Ich halte im Übrigen eine allzu starre Fixierung auf den Salafismus als Hintergrund für das Nikabtragen im Westen für unklug. Leicht entgehen einem dann nämlich Fälle wie derjenige von Claire in Agnès de Féos Buch «Derrière le niqâb», die durch die Burka-Debatte erst auf den Gesichtsschleier aufmerksam werden und sich aus Solidarität mit einer stigmatisierten Gruppe überhaupt erst auf das Tragen des Nikab einlassen, ganz ohne besonderes Interesse an salafistischen Autoren. Zudem zeigen die zahlreichen Fälle von Frauen, die den Gesichtsschleier nach einiger Zeit wieder aufgeben, wie stark die eigene Handlungsmacht im westlichen Kontext erhalten bleibt.

Diskursanalyse bisher schwach rezipiert

Zurück zu unserem Buch: Es beansprucht nicht, die erste und zugleich ultimative Untersuchung zu Nikabträgerinnen in der Schweiz zu sein, sondern es geht der Frage nach, warum die vorfindliche Realität der wenigen Nikabträgerinnen und das Bild in der medialen Debatte in der Deutschschweiz (bis Frühling 2020) so auffällig auseinanderklaffen. Aufmerksamkeit fanden bisher vor allem die rund 35 Seiten zum Forschungsstand und zu den Nikabträgerinnen in der Schweiz. Die Diskursanalyse, die mit 46 Seiten immerhin einen guten Drittel des Lauftextes unseres Buches ausmacht, ist in der gegenwärtigen Phase der Debatte praktisch nicht rezipiert worden.

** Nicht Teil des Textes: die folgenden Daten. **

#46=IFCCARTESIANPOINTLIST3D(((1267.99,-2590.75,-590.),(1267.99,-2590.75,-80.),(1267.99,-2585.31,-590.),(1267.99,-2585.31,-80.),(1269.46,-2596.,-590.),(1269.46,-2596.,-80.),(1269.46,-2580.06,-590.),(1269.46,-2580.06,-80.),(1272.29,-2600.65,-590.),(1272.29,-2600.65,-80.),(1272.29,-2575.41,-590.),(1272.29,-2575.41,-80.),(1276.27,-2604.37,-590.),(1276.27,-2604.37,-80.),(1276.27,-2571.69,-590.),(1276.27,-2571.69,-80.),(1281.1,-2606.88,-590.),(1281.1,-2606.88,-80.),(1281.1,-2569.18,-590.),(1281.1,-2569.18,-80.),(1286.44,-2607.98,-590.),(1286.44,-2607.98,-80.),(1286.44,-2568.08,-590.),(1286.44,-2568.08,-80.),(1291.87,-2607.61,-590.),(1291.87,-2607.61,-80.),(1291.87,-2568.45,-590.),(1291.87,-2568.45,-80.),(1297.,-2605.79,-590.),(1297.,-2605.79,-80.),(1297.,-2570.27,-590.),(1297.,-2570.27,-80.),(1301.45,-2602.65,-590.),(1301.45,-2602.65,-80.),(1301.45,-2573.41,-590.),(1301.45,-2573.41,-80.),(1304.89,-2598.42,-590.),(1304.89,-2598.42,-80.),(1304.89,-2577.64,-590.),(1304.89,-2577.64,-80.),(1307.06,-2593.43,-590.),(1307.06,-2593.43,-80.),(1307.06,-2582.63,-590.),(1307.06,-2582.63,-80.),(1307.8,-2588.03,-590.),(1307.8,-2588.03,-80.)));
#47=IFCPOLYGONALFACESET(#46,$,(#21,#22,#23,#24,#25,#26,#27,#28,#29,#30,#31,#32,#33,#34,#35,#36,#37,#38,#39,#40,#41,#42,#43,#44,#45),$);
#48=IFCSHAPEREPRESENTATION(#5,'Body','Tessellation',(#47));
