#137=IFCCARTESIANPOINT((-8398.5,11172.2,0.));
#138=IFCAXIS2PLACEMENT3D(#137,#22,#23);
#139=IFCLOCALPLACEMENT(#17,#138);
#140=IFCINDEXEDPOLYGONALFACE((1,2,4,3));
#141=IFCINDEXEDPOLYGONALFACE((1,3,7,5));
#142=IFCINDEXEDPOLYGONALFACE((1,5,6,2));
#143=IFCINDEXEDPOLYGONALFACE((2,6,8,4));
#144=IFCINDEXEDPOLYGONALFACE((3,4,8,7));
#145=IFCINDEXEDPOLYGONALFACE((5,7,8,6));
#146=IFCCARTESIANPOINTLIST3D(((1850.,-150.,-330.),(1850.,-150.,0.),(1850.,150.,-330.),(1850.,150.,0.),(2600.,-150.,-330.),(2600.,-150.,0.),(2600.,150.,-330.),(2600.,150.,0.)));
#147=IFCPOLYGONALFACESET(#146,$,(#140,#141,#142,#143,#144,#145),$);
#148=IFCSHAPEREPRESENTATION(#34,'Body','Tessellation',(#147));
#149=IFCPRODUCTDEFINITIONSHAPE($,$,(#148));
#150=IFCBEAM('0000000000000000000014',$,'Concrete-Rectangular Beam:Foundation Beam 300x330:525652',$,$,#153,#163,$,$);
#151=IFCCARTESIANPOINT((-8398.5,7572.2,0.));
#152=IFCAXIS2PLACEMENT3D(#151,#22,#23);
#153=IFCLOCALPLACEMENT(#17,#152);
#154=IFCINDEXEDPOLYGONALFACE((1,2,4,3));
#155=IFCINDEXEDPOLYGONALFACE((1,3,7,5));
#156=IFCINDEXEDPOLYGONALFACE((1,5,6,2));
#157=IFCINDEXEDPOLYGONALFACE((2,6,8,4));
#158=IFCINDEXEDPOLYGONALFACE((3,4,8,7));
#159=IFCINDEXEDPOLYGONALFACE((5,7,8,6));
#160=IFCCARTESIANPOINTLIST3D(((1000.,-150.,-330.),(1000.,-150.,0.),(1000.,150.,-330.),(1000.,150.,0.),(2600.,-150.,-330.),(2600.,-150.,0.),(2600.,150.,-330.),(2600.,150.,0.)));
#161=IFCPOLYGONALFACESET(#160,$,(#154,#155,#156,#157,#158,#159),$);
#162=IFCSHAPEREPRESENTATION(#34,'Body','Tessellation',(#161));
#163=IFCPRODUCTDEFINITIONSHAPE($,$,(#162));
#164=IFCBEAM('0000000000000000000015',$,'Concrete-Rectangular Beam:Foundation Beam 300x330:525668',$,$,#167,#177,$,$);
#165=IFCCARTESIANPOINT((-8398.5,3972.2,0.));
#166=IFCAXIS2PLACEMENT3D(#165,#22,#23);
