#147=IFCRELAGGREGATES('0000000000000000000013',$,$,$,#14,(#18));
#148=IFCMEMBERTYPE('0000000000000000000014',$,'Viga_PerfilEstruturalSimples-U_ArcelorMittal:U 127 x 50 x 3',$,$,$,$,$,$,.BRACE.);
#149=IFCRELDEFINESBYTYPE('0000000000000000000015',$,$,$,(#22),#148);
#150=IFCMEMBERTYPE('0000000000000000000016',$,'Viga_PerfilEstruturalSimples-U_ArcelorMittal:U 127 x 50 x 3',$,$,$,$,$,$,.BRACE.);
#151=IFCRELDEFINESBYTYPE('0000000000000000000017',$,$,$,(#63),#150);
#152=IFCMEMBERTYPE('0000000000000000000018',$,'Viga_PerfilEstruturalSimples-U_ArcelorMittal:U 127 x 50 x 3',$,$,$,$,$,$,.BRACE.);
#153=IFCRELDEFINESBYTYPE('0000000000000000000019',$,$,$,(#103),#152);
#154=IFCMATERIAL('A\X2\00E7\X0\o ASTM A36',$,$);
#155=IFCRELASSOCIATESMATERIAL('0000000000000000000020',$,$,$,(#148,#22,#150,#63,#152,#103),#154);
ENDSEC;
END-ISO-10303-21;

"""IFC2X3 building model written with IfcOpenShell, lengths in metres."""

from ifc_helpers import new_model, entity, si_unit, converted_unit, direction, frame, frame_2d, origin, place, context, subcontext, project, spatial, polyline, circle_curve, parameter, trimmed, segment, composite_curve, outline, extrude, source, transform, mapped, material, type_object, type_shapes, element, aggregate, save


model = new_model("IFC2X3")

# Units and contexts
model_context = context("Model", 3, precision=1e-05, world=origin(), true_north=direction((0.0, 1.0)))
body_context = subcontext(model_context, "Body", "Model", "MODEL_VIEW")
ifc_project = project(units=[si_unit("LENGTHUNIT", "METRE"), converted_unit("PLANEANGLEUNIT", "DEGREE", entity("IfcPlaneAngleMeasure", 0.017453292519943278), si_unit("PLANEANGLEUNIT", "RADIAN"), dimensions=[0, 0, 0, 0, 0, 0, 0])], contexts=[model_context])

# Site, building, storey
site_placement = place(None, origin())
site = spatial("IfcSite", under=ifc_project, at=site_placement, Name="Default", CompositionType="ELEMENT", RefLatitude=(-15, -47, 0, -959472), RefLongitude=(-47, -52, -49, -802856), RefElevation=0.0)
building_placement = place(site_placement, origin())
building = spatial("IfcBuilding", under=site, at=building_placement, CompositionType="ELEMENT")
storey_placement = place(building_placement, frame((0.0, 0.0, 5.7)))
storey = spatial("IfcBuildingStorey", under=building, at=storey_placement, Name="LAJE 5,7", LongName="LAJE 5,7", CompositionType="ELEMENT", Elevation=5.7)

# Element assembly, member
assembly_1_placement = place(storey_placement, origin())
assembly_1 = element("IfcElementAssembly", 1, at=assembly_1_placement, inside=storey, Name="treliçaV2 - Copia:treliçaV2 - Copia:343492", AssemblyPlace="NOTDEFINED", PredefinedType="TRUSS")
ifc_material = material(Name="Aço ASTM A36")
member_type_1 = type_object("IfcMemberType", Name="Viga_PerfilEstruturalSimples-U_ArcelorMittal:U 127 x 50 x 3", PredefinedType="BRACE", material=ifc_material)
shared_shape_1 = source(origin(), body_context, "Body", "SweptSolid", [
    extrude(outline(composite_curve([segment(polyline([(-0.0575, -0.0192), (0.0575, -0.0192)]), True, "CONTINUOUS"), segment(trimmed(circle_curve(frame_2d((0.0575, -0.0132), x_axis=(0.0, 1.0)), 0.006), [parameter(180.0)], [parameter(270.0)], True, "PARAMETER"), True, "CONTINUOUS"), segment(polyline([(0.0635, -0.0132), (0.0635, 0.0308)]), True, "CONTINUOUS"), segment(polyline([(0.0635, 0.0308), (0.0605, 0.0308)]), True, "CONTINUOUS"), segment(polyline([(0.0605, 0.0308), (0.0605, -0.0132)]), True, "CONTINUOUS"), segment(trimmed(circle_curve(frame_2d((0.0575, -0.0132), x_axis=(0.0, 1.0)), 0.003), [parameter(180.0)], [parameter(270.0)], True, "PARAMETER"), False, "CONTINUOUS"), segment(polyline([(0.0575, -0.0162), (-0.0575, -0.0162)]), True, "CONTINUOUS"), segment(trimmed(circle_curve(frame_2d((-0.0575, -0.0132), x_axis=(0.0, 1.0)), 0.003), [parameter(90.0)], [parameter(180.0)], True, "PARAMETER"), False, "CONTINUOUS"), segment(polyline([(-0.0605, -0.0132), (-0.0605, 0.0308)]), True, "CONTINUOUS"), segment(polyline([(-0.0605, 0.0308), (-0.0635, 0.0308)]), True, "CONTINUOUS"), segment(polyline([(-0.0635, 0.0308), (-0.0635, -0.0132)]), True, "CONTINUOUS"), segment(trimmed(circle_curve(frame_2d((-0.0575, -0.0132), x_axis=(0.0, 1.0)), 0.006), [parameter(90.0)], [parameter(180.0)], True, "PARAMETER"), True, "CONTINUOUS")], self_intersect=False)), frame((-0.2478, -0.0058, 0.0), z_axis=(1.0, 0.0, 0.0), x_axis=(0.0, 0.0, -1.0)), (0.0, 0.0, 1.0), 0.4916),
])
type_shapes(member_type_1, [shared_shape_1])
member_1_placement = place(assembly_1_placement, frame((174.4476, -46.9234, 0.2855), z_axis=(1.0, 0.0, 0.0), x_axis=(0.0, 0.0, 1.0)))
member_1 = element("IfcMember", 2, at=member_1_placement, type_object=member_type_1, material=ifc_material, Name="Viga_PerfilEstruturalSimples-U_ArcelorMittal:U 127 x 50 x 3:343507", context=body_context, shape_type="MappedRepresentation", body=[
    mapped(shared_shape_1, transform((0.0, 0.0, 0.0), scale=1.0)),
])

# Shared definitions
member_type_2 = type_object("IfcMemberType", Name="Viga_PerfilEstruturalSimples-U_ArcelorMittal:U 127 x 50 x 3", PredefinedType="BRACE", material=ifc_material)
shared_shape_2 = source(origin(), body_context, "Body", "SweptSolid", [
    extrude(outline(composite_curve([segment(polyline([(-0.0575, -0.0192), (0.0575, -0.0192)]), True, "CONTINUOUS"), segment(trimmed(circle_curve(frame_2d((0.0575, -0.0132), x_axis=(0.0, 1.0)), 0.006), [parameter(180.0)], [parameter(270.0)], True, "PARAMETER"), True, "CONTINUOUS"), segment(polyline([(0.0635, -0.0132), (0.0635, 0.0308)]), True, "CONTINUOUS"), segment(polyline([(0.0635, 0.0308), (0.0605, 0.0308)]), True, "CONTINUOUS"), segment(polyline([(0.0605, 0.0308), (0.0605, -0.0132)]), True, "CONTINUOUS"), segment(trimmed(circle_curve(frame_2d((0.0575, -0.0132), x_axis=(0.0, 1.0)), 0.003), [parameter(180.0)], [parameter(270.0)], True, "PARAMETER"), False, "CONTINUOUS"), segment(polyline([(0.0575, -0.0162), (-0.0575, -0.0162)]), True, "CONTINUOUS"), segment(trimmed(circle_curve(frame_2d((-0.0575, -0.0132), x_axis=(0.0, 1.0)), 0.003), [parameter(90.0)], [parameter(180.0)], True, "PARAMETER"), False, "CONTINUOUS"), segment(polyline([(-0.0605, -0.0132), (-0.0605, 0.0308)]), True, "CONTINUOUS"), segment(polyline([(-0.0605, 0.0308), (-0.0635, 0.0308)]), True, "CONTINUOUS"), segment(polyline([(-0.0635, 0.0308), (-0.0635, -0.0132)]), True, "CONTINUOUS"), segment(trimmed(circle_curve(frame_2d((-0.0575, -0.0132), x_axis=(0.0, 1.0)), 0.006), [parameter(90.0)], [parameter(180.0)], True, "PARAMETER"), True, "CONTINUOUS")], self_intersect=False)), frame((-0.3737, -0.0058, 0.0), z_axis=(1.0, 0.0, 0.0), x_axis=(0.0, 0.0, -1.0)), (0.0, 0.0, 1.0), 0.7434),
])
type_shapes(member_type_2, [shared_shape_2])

Auch Nadia Baghdadi formuliert in ihrem Debattenbeitrag als – von mir unterstütztes – Desiderat, dass weitere Forschung zeigen möge, «auf welche religiösen Autoritäten sich Nikab-Trägerinnen beziehen und wie sie konkret praktizieren». Zugleich nimmt sie als erste Stimme die Befunde der Diskursanalyse breiter auf und verknüpft sie mit dem Konzept des gendernativism, das Janine Dahinden und Stefan Manser-Egli jüngst an dieser Stelle vorgestellt haben. Diesen Ansatz halte auch ich für lohnenswert.

Baghdadi stellt auch die wichtige Frage, «welche Auswirkungen die Burka-Diskurse auf die breite muslimische Bevölkerung haben». Diese Auswirkungen zu untersuchen, lag ebensowenig im Anspruch des Buches wie die Frage nach ideologischen Einflüssen. Sie ist gleichwohl nicht minder wichtig, denn womöglich ist die realitätsformende Kraft des vorherrschenden Diskurses in der Mehrheitsgesellschaft noch wirksamer als Lehrsätze ferner Scheichs.

Als Fazit zum aktuellen Stand der Debatte unter Angehörigen der scientific community halte ich demnach als Antwort auf den Titel über Elham Maneas Debattenbeitrag fest: Ja, natürlich ist der Kontext wichtig, aber darin sind eben Ideologien nur ein Teil, den man gegenüber anderen Teilen nicht überbewerten darf, will man den plumpen Fallen der öffentlichen Burka-Debatte ausweichen.